## TO DO
Where a line below holds the string "IFCMEASUREWITHUNIT", copy that line.
━━━━━ DATA FOR PROCESSING
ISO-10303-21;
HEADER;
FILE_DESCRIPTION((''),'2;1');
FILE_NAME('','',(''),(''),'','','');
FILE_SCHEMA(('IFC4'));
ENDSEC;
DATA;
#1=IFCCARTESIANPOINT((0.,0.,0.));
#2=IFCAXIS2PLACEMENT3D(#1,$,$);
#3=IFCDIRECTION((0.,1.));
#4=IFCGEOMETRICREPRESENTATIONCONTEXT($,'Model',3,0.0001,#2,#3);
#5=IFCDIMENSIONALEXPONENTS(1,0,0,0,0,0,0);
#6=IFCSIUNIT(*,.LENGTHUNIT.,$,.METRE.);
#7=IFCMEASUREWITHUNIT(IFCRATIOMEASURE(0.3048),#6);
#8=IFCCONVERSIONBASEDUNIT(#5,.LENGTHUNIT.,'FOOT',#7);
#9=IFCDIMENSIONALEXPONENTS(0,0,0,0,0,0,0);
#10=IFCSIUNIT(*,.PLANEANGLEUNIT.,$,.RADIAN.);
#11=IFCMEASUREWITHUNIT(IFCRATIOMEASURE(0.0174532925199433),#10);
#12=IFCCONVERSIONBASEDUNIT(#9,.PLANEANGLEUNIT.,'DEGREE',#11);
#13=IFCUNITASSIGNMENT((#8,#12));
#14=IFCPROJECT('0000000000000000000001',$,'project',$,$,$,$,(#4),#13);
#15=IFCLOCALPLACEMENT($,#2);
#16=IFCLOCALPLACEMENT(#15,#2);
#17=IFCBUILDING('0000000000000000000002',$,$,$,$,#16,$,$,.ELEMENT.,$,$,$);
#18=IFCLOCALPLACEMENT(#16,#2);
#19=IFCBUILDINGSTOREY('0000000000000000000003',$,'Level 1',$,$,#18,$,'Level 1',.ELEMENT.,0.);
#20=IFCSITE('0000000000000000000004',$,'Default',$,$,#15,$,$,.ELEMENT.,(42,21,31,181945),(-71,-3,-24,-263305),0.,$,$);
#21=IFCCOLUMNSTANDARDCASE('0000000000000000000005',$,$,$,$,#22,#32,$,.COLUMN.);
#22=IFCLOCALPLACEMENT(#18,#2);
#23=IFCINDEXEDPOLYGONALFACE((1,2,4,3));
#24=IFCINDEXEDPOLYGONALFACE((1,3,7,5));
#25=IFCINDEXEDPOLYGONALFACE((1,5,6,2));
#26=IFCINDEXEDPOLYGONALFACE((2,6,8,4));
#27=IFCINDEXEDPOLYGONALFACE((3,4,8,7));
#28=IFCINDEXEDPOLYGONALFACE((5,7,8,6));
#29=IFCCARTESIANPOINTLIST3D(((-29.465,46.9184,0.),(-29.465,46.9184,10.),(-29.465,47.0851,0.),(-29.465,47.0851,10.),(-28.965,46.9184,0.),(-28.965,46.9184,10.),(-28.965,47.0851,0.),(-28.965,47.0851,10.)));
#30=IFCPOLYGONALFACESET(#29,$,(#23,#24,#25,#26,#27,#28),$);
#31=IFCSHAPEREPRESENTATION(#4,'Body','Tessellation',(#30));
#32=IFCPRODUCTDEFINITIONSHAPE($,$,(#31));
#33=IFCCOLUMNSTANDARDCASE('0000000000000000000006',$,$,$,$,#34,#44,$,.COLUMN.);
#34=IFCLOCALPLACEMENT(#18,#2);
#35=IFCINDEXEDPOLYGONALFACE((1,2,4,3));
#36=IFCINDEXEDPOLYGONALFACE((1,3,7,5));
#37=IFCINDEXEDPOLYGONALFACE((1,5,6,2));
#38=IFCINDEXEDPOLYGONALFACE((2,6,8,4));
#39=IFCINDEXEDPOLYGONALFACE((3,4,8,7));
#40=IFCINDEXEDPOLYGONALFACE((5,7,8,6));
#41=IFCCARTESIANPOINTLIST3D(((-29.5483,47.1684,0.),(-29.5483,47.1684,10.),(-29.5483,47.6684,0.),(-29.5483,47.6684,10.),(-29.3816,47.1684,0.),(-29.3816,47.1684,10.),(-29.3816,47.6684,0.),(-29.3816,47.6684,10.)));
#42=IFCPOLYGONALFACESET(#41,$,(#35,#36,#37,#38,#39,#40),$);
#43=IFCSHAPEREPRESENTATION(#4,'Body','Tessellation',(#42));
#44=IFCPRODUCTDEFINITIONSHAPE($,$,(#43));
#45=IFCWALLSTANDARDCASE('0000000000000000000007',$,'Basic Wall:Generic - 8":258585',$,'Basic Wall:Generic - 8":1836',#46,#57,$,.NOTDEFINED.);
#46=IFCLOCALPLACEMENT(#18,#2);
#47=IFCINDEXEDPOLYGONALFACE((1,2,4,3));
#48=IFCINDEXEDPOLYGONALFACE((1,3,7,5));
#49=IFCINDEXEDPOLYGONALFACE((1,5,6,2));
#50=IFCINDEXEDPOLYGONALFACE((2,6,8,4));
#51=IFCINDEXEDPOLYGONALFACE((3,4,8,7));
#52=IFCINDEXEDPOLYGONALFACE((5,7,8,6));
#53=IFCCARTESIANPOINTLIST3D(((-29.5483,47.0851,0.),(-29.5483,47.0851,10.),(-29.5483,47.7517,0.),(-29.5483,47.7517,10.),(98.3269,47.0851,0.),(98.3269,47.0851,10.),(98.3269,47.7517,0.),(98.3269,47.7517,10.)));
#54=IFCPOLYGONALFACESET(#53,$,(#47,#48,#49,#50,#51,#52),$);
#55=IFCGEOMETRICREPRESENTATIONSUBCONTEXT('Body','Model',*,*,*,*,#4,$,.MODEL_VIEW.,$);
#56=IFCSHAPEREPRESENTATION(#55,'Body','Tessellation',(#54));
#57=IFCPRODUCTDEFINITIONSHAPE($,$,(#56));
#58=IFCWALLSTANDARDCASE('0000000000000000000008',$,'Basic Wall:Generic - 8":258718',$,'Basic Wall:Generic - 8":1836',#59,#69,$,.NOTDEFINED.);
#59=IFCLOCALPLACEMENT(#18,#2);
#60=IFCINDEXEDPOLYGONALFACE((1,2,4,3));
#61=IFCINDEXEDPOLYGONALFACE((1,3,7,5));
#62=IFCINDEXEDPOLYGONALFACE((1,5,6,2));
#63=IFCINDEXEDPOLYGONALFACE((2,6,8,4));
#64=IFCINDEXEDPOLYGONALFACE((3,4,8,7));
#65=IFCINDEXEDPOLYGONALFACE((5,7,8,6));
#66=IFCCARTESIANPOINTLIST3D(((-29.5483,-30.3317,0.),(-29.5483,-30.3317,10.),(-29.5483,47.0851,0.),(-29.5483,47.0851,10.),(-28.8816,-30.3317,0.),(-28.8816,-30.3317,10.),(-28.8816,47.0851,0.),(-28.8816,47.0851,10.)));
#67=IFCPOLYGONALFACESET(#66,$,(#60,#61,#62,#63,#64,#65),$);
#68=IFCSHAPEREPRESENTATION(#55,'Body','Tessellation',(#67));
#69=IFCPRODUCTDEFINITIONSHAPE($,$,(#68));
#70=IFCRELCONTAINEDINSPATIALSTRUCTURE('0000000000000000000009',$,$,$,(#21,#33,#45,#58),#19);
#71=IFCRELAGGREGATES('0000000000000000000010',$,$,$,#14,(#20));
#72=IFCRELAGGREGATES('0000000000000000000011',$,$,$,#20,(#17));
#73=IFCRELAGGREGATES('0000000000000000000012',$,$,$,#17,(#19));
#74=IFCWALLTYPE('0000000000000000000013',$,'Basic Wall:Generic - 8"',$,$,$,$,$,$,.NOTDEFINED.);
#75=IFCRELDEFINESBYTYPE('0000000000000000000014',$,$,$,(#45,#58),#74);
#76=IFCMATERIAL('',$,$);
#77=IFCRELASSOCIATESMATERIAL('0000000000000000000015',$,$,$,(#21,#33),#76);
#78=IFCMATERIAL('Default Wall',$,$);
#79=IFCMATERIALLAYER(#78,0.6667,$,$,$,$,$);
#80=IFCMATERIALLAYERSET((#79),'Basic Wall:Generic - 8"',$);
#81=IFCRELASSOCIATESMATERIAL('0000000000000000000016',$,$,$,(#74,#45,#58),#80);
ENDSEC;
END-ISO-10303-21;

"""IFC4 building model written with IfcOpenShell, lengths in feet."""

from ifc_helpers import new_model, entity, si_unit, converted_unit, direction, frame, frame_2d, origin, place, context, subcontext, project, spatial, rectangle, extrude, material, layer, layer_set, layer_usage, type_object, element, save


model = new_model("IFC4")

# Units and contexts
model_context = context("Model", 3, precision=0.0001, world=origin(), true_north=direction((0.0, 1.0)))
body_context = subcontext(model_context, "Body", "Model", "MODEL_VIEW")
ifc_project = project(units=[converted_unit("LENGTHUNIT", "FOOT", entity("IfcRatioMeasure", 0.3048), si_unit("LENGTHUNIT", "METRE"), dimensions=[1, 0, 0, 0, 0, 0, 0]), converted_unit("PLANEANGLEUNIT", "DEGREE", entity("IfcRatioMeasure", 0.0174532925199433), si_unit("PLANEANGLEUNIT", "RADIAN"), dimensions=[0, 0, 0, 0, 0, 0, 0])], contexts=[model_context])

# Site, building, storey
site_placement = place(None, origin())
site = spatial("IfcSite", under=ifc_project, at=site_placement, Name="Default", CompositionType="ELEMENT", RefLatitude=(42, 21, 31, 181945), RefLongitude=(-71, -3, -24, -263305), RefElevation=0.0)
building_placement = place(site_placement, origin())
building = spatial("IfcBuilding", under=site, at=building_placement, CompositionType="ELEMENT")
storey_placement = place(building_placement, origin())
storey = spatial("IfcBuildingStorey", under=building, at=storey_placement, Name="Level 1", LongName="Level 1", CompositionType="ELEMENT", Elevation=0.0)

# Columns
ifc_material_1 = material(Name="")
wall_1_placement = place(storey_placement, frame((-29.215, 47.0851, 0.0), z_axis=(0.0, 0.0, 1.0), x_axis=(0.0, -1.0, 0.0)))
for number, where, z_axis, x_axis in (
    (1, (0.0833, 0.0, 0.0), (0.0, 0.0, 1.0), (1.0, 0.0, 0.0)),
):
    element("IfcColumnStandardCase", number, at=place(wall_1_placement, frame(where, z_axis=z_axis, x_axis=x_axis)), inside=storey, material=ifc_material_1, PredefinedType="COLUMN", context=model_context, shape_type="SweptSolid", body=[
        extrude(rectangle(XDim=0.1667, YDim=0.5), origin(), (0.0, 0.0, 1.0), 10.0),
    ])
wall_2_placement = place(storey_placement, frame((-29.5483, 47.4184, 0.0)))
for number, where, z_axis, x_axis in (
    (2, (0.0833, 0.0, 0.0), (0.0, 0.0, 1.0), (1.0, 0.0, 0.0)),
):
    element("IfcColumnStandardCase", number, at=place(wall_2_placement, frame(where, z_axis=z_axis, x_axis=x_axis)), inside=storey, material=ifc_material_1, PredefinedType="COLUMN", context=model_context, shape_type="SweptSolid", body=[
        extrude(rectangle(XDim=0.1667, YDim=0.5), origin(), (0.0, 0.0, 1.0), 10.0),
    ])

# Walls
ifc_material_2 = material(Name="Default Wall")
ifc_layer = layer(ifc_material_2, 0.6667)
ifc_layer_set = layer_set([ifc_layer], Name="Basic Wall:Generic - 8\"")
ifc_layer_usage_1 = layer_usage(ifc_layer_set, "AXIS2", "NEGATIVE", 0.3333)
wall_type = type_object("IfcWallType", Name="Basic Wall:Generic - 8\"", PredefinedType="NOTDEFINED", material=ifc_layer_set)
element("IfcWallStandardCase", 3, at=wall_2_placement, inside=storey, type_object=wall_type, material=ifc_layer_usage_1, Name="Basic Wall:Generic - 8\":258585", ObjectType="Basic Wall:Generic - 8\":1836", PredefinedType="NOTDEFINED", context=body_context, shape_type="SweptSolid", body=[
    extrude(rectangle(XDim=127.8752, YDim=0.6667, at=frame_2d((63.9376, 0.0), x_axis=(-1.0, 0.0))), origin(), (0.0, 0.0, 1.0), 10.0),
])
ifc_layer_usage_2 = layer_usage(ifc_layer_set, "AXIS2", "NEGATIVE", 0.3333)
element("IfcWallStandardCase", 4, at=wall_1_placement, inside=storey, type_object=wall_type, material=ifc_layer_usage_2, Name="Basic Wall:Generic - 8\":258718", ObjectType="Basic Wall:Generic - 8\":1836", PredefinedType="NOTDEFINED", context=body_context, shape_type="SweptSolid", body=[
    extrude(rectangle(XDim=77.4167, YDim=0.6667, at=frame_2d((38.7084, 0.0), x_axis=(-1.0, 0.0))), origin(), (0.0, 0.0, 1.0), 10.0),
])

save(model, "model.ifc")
━━━━━━━━━━
━━━━━ DATA FOR PROCESSING
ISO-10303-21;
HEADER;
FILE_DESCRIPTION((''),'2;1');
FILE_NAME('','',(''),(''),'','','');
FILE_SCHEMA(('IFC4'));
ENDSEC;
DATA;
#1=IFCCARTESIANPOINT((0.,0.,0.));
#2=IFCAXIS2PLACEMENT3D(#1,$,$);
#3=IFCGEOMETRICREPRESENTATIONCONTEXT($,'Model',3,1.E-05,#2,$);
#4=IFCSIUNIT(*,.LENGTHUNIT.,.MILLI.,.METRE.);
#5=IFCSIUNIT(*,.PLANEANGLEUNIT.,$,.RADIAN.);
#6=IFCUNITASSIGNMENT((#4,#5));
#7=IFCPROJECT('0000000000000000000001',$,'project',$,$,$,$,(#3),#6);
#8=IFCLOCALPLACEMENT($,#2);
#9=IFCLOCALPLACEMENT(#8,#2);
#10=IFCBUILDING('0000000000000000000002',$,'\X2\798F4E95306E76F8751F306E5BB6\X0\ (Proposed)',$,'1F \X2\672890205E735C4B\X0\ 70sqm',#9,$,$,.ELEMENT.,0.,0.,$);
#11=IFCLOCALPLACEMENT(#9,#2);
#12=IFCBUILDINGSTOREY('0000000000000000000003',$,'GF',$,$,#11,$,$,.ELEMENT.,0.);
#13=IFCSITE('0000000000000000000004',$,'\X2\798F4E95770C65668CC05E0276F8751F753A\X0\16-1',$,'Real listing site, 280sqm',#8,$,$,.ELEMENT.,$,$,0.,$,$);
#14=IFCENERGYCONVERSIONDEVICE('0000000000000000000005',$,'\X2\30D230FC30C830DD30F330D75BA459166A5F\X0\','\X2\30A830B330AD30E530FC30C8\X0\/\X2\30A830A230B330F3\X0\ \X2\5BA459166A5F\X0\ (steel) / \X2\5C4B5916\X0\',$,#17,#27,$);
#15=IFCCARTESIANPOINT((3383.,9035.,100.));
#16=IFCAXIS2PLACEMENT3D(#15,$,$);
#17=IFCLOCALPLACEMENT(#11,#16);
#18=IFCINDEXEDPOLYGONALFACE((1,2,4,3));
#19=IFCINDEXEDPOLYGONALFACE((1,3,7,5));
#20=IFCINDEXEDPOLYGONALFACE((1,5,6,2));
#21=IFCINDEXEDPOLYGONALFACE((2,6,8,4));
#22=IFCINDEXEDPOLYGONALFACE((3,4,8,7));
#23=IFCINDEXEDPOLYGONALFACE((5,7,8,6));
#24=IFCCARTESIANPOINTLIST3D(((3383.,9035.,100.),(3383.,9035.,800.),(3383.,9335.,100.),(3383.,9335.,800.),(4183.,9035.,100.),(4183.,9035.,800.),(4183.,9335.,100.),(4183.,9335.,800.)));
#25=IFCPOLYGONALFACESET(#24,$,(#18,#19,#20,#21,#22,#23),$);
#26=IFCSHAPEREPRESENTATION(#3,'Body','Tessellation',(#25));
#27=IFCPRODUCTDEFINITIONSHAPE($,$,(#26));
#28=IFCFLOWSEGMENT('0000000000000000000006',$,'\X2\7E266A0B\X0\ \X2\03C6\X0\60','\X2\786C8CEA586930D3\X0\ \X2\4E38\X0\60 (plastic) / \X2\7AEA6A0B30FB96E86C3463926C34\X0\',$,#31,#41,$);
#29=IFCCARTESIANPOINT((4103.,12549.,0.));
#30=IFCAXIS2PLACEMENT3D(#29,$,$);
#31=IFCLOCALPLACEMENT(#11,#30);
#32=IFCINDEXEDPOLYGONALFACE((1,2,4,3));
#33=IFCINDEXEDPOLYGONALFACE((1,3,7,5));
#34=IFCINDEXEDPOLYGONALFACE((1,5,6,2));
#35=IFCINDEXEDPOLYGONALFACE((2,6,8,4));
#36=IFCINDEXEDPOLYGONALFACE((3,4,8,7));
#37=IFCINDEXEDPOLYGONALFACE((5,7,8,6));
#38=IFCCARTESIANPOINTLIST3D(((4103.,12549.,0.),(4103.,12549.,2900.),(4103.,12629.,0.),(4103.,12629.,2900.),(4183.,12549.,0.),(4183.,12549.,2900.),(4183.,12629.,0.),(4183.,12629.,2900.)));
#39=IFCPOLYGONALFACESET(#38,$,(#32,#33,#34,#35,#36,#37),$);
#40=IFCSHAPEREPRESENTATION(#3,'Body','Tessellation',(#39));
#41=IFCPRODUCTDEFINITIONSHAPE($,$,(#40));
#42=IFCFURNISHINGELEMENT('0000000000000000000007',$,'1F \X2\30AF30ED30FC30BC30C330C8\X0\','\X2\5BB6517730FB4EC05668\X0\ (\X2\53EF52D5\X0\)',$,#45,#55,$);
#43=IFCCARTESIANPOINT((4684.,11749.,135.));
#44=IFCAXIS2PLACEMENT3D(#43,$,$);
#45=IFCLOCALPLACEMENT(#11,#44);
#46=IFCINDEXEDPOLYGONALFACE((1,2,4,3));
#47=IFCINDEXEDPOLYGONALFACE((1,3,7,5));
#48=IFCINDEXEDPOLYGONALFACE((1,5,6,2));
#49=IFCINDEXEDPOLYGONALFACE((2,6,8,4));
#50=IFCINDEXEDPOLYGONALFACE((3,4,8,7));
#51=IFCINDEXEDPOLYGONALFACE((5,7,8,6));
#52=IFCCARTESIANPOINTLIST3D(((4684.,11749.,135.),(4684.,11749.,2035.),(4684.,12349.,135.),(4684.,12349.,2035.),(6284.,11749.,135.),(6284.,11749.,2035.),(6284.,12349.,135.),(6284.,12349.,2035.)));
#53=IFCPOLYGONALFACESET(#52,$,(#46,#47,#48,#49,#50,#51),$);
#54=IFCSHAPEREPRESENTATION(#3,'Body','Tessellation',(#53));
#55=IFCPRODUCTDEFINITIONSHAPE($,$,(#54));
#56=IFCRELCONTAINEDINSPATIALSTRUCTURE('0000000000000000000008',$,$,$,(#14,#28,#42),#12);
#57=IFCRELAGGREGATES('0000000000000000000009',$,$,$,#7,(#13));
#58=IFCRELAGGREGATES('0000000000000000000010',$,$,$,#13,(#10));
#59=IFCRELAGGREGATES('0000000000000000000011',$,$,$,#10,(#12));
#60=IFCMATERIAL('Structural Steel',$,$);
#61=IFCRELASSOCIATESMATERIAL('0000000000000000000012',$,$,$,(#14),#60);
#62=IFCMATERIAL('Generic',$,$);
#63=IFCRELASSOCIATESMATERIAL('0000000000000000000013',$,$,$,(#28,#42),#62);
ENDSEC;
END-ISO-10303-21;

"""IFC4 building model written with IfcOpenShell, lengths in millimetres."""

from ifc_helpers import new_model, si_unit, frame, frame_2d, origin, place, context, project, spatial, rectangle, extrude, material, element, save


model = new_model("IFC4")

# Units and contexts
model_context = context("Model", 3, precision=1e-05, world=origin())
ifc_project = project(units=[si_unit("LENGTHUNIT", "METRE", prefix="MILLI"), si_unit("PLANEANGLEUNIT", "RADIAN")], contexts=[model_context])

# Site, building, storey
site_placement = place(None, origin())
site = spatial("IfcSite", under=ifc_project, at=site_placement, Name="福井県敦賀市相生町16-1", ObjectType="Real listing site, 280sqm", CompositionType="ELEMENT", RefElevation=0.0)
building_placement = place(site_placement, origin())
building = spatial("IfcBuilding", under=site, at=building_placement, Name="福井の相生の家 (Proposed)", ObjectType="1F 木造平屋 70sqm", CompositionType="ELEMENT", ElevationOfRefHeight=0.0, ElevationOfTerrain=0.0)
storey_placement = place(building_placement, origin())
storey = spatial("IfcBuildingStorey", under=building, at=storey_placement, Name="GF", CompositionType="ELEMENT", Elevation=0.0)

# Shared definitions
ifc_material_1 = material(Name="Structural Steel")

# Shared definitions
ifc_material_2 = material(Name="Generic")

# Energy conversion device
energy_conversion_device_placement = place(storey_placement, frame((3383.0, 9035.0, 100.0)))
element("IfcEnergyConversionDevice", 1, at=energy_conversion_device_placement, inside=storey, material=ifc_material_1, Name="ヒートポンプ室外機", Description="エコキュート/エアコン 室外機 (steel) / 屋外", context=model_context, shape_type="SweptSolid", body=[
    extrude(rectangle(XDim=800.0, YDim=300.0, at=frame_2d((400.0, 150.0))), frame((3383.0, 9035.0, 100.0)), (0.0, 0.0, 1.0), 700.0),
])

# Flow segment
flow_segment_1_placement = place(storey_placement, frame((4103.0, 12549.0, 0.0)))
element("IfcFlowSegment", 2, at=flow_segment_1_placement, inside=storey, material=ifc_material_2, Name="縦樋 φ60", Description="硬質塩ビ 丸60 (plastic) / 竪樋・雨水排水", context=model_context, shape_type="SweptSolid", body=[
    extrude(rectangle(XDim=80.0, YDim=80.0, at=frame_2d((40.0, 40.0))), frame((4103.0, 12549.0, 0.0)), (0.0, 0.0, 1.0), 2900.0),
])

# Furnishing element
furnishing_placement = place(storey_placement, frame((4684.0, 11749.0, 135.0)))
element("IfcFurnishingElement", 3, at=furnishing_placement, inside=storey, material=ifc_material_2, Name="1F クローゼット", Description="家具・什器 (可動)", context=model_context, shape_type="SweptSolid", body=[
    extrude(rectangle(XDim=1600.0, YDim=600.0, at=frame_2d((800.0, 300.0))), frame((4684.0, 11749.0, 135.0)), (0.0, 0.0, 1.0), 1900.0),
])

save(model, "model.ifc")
━━━━━━━━━━
## SOLVED PROBLEM
#7=IFCMEASUREWITHUNIT(IFCRATIOMEASURE(0.3048),#6);
#11=IFCMEASUREWITHUNIT(IFCRATIOMEASURE(0.0174532925199433),#10);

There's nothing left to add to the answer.